→ **Requirement**: Look through the records below, and copy out every line that holds the string "IFCRELVOIDSELEMENT".

→ **Supplied data**:
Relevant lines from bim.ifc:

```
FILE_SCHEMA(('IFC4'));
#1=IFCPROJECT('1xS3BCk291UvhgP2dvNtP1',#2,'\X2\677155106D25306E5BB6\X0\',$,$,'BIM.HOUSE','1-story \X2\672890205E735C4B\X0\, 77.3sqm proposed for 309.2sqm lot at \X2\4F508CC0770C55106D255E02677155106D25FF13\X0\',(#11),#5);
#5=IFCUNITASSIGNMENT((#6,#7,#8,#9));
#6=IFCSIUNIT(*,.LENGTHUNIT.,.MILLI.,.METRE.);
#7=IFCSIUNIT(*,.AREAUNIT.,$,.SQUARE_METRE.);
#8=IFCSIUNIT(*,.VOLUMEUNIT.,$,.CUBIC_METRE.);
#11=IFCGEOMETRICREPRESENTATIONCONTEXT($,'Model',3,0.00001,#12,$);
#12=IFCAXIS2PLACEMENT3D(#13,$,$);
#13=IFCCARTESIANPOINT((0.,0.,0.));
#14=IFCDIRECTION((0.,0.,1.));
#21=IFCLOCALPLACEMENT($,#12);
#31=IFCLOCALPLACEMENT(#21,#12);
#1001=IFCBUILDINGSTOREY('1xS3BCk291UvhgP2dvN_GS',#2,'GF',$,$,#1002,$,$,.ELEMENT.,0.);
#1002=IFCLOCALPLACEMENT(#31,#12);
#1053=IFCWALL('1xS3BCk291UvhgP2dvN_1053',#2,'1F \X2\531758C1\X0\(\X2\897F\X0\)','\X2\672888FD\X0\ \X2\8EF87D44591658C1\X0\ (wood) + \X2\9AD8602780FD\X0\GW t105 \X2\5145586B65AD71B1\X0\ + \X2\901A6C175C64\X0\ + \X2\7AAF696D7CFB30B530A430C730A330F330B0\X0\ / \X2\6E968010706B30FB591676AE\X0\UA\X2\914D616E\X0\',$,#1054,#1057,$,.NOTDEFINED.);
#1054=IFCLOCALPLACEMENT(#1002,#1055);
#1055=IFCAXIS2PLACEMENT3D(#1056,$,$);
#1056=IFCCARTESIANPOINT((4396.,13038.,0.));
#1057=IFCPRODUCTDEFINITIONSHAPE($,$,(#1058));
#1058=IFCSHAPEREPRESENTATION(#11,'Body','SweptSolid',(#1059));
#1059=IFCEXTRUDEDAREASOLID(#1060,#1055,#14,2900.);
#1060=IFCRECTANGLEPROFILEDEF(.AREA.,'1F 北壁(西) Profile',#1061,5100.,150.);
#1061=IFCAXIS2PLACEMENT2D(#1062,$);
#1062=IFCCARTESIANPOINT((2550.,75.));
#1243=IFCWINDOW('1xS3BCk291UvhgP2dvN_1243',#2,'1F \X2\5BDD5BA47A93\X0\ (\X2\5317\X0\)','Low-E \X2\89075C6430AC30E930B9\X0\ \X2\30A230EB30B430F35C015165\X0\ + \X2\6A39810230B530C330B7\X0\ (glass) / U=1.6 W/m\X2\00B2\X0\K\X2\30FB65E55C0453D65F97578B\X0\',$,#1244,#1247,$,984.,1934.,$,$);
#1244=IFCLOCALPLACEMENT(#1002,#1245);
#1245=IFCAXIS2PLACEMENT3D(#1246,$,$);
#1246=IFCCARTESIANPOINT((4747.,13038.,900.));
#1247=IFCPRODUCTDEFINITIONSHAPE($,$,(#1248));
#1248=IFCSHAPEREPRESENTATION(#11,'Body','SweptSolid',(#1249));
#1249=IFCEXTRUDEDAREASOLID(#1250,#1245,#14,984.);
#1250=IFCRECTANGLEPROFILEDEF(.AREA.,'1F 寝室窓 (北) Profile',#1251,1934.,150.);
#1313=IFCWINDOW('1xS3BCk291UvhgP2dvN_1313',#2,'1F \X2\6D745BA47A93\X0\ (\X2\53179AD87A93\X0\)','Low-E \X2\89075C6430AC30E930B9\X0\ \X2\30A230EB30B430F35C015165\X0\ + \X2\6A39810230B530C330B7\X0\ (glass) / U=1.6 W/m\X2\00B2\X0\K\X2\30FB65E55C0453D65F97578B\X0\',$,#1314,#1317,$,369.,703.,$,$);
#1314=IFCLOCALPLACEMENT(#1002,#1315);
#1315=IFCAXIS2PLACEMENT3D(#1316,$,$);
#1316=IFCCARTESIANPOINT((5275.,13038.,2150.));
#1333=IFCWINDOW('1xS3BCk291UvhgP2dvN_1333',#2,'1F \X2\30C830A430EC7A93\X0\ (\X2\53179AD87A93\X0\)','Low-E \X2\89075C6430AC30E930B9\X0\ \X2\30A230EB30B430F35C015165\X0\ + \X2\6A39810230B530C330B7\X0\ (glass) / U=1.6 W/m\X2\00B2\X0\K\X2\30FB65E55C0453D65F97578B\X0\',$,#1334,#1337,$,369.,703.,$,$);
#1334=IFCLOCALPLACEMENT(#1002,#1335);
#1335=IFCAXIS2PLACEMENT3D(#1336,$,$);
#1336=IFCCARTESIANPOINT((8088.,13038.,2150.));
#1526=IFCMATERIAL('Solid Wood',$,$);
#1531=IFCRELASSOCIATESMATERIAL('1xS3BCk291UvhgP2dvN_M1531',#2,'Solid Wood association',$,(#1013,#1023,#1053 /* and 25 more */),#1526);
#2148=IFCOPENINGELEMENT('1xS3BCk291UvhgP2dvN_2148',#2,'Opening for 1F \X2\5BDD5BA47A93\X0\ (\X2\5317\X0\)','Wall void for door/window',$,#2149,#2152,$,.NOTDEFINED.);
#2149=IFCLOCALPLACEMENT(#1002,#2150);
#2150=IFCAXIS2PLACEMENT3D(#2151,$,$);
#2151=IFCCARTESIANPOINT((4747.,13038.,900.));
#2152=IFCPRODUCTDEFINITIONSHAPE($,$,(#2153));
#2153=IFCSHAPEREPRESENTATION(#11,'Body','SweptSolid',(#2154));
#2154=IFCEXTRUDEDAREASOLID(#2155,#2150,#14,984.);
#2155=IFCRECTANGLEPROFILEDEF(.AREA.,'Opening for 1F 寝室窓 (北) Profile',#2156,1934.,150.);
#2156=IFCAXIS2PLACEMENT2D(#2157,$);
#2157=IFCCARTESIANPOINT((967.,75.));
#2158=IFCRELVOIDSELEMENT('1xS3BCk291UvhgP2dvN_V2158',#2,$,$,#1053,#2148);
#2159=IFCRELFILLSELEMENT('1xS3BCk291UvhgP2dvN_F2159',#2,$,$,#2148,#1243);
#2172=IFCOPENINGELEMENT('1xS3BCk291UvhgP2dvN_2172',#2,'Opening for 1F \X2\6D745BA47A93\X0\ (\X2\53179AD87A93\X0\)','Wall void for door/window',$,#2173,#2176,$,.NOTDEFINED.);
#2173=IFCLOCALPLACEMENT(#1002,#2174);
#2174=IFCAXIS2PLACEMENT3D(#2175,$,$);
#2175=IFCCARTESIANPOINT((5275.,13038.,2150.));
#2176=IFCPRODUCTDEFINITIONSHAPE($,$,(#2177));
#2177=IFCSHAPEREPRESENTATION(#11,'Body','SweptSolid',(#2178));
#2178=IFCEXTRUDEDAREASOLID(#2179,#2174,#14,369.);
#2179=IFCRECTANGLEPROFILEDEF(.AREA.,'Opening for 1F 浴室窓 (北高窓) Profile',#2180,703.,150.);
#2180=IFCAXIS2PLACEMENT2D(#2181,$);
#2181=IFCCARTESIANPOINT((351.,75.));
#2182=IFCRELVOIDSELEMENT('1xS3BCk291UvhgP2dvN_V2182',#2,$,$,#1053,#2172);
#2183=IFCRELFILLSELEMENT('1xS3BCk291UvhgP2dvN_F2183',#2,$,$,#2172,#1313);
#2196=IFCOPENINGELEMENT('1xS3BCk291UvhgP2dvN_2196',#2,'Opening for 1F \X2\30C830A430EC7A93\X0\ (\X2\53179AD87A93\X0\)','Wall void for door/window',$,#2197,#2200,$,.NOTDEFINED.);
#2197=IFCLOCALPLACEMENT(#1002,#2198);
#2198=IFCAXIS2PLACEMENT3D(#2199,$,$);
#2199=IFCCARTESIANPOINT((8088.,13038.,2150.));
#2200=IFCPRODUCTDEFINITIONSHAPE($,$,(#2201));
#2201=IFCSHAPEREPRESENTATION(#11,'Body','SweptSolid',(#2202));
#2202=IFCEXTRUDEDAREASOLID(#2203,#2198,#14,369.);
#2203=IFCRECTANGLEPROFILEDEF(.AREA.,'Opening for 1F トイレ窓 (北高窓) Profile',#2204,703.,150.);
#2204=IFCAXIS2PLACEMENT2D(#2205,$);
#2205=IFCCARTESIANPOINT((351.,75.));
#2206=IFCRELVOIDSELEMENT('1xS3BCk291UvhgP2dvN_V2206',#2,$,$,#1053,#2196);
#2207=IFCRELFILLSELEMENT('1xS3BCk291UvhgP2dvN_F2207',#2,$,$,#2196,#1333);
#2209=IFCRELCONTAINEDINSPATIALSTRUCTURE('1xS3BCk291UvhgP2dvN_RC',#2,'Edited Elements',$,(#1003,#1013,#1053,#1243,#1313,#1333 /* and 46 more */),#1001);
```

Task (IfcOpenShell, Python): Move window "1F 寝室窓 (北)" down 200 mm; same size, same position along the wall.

```python
import numpy as np
import ifcopenshell
import ifcopenshell.api.geometry
import ifcopenshell.util.placement
import ifcopenshell.util.unit

model = ifcopenshell.open("bim.ifc")
unit_scale = ifcopenshell.util.unit.calculate_unit_scale(model)

window = model.by_guid("1xS3BCk291UvhgP2dvN_1243")
opening = window.FillsVoids[0].RelatingOpeningElement
dz = -200.0

shift = np.array([0.0, 0.0, dz])
# The window is not placed relative to its opening, so move both.
for product in (opening, window):
    matrix = ifcopenshell.util.placement.get_local_placement(product.ObjectPlacement)
    matrix[:3, 3] += shift
    ifcopenshell.api.geometry.edit_object_placement(model, product=product, matrix=matrix, is_si=False)

print(f"moved by {dz * unit_scale:+.3f} m")

model.write("bim_rev.ifc")
```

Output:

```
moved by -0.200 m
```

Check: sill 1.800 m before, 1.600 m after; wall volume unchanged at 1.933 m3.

→ **Answer below**:
#2158=IFCRELVOIDSELEMENT('1xS3BCk291UvhgP2dvN_V2158',#2,$,$,#1053,#2148);
#2182=IFCRELVOIDSELEMENT('1xS3BCk291UvhgP2dvN_V2182',#2,$,$,#1053,#2172);
#2206=IFCRELVOIDSELEMENT('1xS3BCk291UvhgP2dvN_V2206',#2,$,$,#1053,#2196);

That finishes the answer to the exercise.